The BERT intent classifier is fine-tuned on 3,315 instruction–intent pairs with no overlap with DWBench.
The verifier confidence threshold of 0.6 is determined via sensitivity analysis as the optimal point balancing false negatives and false positives.
The rollback strategy requires no additional training—it relies entirely on the LLM's reasoning capability.

Key Experimental Results¶

Main Results¶

Method	Instruction-Level Accuracy	Session-Level Accuracy	# APIs	Token Usage
Retrieval-only	13.84%	4.40%	4.82	29.6k
Reasoning-only	39.93%	25.20%	5.12	31.6k
Hybrid (PPTC)	64.46%	35.20%	5.30	36.5k
AutoDW	90.33%	62.00%	5.21	42.8k

Ablation Study¶

LLM Backbone	Instruction-Level Accuracy	Session-Level Accuracy	Easy / Medium / Hard
Qwen-Plus	82.82%	53.60%	86.3 / 83.1 / 79.0
DeepSeek-v3	90.33%	62.00%	94.5 / 90.0 / 86.3
Gemini-2.5-Pro	Among best	Among best	High / High / High
GPT-4.1	Among best	Among best	High / High / High

Key Findings¶

76% improvement in session-level completion: from 35.2% (Hybrid) to 62.0% (AutoDW), at the cost of only 25.6% additional token usage.
Hard tasks (>6 APIs) lag the overall average by only 4.4%: demonstrating AutoDW's stability on long-chain complex tasks.
Strong cross-LLM robustness: all four LLM backbones perform well; even the weakest, Qwen-Plus, achieves 82.8% instruction-level accuracy.
Cost-effectiveness of rollback: single-round two-layer rollback is the optimal strategy; additional rounds yield diminishing returns.
~60% of rollbacks occur at format-conversion steps: document format handling remains a weak point for LLMs.

Highlights & Insights¶

Generality of the "stepwise + rollback" paradigm: beyond document automation, this paradigm is transferable to any multi-step execution task such as code generation and data pipelines.
Completeness of the 7-tuple document state representation: precise state tracking is the foundation of the rollback mechanism—accurate verification is impossible without accurate state.
Efficiency of the 178M BERT intent classifier: the design principle of delegating fixed classification to a small model and flexible reasoning to a large model is worth emulating.

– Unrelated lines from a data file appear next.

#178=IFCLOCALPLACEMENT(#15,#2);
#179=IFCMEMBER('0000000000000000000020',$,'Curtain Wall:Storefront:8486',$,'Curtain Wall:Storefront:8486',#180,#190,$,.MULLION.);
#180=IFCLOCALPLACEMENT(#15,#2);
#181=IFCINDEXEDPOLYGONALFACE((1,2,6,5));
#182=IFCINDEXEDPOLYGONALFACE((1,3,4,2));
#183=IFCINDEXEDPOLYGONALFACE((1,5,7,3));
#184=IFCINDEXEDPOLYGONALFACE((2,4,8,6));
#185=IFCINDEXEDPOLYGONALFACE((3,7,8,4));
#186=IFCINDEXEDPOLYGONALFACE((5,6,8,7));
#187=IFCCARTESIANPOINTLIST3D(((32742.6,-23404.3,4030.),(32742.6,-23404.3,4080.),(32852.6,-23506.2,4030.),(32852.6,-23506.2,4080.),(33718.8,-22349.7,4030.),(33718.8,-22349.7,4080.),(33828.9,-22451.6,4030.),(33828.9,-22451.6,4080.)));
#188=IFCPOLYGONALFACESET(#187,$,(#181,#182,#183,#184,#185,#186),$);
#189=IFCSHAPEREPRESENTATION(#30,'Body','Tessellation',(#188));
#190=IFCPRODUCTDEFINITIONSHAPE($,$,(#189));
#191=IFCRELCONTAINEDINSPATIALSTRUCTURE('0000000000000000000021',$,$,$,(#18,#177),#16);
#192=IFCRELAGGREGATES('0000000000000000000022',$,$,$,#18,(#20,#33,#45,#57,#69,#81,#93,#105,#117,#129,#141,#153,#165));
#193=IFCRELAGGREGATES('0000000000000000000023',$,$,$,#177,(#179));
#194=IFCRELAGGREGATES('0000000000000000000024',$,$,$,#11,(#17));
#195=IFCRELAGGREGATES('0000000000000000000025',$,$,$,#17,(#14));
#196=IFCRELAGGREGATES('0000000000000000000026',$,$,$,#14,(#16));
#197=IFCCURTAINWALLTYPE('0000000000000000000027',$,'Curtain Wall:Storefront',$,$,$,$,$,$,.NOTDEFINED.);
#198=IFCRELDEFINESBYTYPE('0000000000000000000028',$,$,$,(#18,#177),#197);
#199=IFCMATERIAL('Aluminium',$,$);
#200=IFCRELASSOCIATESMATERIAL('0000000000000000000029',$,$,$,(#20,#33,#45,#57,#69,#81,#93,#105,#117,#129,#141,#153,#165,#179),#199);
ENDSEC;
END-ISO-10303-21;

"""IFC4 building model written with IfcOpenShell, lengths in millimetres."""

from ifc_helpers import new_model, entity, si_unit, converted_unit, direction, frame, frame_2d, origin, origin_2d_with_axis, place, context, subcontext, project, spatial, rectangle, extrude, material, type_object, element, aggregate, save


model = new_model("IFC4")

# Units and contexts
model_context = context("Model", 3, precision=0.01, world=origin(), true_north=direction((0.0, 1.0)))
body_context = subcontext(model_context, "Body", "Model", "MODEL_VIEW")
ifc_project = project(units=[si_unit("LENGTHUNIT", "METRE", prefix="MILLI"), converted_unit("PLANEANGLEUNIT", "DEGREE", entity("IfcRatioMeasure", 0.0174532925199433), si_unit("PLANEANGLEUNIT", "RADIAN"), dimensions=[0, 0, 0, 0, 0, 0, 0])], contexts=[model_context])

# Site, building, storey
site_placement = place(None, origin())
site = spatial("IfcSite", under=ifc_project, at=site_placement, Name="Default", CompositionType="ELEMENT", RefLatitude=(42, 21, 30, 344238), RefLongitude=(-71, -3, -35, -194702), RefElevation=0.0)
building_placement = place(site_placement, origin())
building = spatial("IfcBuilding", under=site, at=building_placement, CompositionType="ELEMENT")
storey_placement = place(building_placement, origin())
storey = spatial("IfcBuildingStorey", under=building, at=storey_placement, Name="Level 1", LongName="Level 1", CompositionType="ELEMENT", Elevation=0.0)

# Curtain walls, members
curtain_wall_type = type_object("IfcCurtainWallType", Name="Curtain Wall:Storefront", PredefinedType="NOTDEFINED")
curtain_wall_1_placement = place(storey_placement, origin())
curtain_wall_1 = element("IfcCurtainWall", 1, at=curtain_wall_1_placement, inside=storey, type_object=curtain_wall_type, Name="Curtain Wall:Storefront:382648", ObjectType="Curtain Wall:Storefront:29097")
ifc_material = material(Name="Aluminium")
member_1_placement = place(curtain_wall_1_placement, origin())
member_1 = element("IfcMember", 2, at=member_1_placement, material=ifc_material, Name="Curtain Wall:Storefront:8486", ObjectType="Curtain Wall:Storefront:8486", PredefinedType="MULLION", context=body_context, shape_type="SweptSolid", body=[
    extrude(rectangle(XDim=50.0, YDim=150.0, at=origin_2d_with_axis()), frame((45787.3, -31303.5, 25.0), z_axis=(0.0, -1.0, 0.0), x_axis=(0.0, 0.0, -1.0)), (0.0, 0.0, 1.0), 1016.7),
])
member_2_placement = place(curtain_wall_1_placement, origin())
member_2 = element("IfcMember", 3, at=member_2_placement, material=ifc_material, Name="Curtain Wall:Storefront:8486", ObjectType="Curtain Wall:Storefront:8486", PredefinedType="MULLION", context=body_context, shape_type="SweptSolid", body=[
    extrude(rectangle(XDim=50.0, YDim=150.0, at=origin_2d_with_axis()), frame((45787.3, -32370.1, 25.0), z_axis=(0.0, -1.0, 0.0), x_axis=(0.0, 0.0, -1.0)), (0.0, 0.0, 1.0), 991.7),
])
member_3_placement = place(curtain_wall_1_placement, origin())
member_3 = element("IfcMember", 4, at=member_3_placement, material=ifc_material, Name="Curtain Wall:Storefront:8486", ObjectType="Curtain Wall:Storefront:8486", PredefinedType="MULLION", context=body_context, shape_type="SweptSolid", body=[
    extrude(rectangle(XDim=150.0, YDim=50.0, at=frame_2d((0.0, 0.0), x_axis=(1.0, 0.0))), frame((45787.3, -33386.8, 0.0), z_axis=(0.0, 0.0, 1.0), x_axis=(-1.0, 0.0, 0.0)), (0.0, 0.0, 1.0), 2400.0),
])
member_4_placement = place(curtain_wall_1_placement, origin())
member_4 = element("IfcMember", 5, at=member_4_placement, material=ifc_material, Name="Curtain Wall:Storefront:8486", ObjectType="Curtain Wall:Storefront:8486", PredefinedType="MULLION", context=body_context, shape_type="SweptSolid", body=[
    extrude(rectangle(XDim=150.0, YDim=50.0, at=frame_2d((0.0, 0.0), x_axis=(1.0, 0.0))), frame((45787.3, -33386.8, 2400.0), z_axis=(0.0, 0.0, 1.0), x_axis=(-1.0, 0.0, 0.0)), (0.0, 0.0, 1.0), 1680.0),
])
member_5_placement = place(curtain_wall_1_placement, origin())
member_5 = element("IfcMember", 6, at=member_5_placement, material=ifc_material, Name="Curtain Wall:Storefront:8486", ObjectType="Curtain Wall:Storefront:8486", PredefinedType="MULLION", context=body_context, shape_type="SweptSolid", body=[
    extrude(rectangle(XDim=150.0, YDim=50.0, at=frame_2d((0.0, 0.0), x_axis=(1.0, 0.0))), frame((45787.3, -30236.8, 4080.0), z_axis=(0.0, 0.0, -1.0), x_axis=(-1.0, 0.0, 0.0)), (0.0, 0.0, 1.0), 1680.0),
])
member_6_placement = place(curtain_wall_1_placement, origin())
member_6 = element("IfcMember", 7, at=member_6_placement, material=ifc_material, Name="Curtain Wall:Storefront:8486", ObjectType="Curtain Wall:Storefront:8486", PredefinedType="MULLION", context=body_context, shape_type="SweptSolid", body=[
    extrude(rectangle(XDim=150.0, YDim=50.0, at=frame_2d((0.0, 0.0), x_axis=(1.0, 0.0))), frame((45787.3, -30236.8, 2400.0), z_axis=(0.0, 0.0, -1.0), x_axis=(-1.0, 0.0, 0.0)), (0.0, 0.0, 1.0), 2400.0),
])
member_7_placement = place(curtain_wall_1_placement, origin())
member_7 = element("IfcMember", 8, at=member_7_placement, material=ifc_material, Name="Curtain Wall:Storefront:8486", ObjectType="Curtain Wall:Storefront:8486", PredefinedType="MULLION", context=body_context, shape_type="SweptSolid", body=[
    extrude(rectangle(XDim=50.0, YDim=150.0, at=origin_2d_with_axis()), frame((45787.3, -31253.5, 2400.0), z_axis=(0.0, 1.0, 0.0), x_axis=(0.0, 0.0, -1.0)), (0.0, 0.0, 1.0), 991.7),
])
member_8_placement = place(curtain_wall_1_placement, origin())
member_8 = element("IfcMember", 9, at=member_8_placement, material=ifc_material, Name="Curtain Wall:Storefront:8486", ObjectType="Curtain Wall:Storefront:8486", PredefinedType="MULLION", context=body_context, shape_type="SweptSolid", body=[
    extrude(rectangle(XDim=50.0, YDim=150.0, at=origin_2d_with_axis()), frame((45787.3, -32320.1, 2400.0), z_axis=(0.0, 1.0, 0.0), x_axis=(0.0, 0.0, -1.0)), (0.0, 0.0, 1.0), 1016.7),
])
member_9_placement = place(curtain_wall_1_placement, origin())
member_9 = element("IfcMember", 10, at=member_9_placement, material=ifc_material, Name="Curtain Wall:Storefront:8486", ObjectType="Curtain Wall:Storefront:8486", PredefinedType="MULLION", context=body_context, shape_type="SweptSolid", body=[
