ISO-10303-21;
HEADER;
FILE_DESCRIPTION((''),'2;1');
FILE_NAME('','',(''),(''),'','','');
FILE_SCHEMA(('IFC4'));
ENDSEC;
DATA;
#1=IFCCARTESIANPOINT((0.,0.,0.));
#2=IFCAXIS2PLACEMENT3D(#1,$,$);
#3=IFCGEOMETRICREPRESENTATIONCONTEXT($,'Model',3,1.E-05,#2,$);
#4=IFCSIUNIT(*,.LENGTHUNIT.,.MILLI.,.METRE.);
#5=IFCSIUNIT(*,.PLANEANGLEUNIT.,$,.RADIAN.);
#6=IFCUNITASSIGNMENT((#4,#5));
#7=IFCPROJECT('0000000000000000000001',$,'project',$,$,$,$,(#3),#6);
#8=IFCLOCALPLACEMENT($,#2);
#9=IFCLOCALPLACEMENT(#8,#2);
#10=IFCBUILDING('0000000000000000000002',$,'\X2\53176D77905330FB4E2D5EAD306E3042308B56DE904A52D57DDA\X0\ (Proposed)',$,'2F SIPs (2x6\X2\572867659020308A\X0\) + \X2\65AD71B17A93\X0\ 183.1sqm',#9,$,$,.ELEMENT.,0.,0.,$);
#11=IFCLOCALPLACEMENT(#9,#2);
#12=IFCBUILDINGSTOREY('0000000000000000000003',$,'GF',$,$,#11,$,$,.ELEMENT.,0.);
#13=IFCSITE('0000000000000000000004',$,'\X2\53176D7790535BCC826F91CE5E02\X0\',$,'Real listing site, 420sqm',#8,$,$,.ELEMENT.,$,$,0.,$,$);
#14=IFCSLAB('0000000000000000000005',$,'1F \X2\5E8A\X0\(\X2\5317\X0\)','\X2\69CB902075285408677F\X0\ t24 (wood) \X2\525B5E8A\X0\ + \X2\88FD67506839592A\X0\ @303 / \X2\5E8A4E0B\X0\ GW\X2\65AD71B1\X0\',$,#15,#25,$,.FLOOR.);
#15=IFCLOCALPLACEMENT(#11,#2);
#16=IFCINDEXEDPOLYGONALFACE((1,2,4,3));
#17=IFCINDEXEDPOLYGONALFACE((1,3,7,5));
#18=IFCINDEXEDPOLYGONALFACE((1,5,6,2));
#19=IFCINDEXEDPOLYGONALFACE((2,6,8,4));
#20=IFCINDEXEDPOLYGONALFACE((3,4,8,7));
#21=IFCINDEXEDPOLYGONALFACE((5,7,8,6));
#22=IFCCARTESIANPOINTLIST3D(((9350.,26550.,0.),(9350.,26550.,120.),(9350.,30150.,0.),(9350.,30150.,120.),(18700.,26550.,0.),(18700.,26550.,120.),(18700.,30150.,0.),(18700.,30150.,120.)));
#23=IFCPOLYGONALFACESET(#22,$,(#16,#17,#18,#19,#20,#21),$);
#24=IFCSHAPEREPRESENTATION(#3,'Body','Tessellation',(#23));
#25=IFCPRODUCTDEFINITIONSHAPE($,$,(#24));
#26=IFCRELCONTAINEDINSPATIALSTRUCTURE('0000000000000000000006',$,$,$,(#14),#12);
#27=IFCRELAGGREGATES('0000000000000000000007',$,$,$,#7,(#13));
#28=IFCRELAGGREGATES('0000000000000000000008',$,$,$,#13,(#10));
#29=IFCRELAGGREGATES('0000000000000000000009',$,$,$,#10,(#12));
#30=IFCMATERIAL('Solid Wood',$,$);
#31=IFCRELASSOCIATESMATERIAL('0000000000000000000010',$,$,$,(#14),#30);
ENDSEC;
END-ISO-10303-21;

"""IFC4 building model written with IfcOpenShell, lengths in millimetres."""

from ifc_helpers import new_model, si_unit, frame, frame_2d, origin, place, context, project, spatial, rectangle, extrude, material, element, save


model = new_model("IFC4")

# Units and contexts
model_context = context("Model", 3, precision=1e-05, world=origin())
ifc_project = project(units=[si_unit("LENGTHUNIT", "METRE", prefix="MILLI"), si_unit("PLANEANGLEUNIT", "RADIAN")], contexts=[model_context])

# Site, building, storey
site_placement = place(None, origin())
site = spatial("IfcSite", under=ifc_project, at=site_placement, Name="北海道富良野市", ObjectType="Real listing site, 420sqm", CompositionType="ELEMENT", RefElevation=0.0)
building_placement = place(site_placement, origin())
building = spatial("IfcBuilding", under=site, at=building_placement, Name="北海道・中庭のある回遊動線 (Proposed)", ObjectType="2F SIPs (2x6在来造り) + 断熱窓 183.1sqm", CompositionType="ELEMENT", ElevationOfRefHeight=0.0, ElevationOfTerrain=0.0)
storey_placement = place(building_placement, origin())
storey = spatial("IfcBuildingStorey", under=building, at=storey_placement, Name="GF", CompositionType="ELEMENT", Elevation=0.0)

# Shared definitions
ifc_material_1 = material(Name="Solid Wood")

# Slab
slab_1_placement = place(storey_placement, frame((4675.0, 13275.0, 0.0)))
element("IfcSlab", 1, at=slab_1_placement, inside=storey, material=ifc_material_1, Name="1F 床(北)", Description="構造用合板 t24 (wood) 剛床 + 製材根太 @303 / 床下 GW断熱", PredefinedType="FLOOR", context=model_context, shape_type="SweptSolid", body=[
    extrude(rectangle(XDim=9350.0, YDim=3600.0, at=frame_2d((4675.0, 1800.0))), frame((4675.0, 13275.0, 0.0)), (0.0, 0.0, 1.0), 120.0),
])

save(model, "model.ifc")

Limitations & Future Work¶

Currently limited to Word documents (.docx); Excel, PowerPoint, PDF, and other formats are not covered.
The 74 APIs cover common operations but fall far short of the full complexity of real-world Office APIs.
The verifier's confidence threshold calibration relies on empirical tuning; adaptive thresholding warrants exploration.
The session-level completion rate of 62%, while substantially ahead of baselines, still leaves considerable room for improvement.

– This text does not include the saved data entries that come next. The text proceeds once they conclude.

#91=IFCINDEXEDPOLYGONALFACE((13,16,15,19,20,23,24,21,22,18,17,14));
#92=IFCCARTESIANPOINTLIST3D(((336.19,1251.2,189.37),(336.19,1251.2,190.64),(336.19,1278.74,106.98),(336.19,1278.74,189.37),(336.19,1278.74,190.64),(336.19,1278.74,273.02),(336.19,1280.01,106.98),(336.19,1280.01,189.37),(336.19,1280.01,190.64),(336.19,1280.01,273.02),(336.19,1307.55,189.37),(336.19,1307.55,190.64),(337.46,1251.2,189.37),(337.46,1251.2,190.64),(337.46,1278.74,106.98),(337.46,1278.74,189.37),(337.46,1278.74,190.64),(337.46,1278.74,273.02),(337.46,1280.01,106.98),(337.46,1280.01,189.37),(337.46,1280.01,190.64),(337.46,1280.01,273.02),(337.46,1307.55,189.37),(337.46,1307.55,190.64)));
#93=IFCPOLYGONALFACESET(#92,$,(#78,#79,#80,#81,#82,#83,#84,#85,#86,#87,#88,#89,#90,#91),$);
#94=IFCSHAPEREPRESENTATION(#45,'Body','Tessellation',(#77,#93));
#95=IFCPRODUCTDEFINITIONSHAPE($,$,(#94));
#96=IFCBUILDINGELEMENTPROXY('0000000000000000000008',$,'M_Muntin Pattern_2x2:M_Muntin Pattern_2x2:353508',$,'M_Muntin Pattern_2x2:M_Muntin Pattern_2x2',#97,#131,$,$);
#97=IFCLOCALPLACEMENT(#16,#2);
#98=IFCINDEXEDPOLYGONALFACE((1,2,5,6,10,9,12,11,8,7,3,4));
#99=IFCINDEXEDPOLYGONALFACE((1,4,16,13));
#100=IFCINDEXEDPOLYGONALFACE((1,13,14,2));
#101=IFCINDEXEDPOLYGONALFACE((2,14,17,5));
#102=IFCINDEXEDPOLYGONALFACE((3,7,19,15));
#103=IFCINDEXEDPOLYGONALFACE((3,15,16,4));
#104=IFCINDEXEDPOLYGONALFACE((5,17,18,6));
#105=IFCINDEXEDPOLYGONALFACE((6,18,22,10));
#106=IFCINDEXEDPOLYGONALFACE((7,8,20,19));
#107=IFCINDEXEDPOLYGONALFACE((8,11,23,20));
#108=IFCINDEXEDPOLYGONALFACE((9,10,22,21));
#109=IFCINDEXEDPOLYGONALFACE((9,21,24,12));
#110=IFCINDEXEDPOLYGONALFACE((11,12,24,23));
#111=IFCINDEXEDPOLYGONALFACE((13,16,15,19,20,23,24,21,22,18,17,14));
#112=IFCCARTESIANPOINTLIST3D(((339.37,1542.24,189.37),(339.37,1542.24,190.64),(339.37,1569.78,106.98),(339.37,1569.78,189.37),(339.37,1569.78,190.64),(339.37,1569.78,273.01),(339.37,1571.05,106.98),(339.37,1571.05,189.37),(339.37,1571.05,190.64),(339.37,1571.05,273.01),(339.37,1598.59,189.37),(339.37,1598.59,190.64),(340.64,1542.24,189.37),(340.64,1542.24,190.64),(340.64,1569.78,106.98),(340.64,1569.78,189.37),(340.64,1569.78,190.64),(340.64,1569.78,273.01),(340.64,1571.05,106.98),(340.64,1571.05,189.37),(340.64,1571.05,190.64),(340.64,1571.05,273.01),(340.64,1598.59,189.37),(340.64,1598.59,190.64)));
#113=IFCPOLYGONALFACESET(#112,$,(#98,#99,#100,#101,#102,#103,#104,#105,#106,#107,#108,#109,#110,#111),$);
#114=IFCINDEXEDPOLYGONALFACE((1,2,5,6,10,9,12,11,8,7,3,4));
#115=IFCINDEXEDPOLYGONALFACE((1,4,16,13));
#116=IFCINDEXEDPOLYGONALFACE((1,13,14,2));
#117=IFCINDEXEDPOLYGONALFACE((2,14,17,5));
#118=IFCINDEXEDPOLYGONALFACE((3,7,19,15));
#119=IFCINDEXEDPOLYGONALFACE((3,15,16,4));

vs. PPTC (PPT automation baseline): PPTC uses a predefined plan with a rule-based mapper and has no error recovery capability; AutoDW's stepwise planning and adaptive rollback yield robust performance across varying task complexity.
vs. DocPilot / TableTalk (human-in-the-loop): these systems rely on human verification at each step; AutoDW replaces human validation with an LLM verifier to achieve full automation.

Rating¶

Dimension	Score	Rationale
Novelty	⭐⭐⭐⭐	Stepwise planning combined with two-layer rollback is a novel and practical design for document agents.
Technical Depth	⭐⭐⭐⭐	The 7-tuple state tracking, 6-dimensional change analysis, and two-layer rollback constitute a complete system design.
Experimental Thoroughness	⭐⭐⭐⭐⭐	Large-scale benchmark of 250 sessions, 4 LLM backbones, difficulty gradients, and ablation studies.
Value	⭐⭐⭐⭐⭐	Directly addresses practical pain points in office automation; a 90% instruction completion rate approaches production readiness.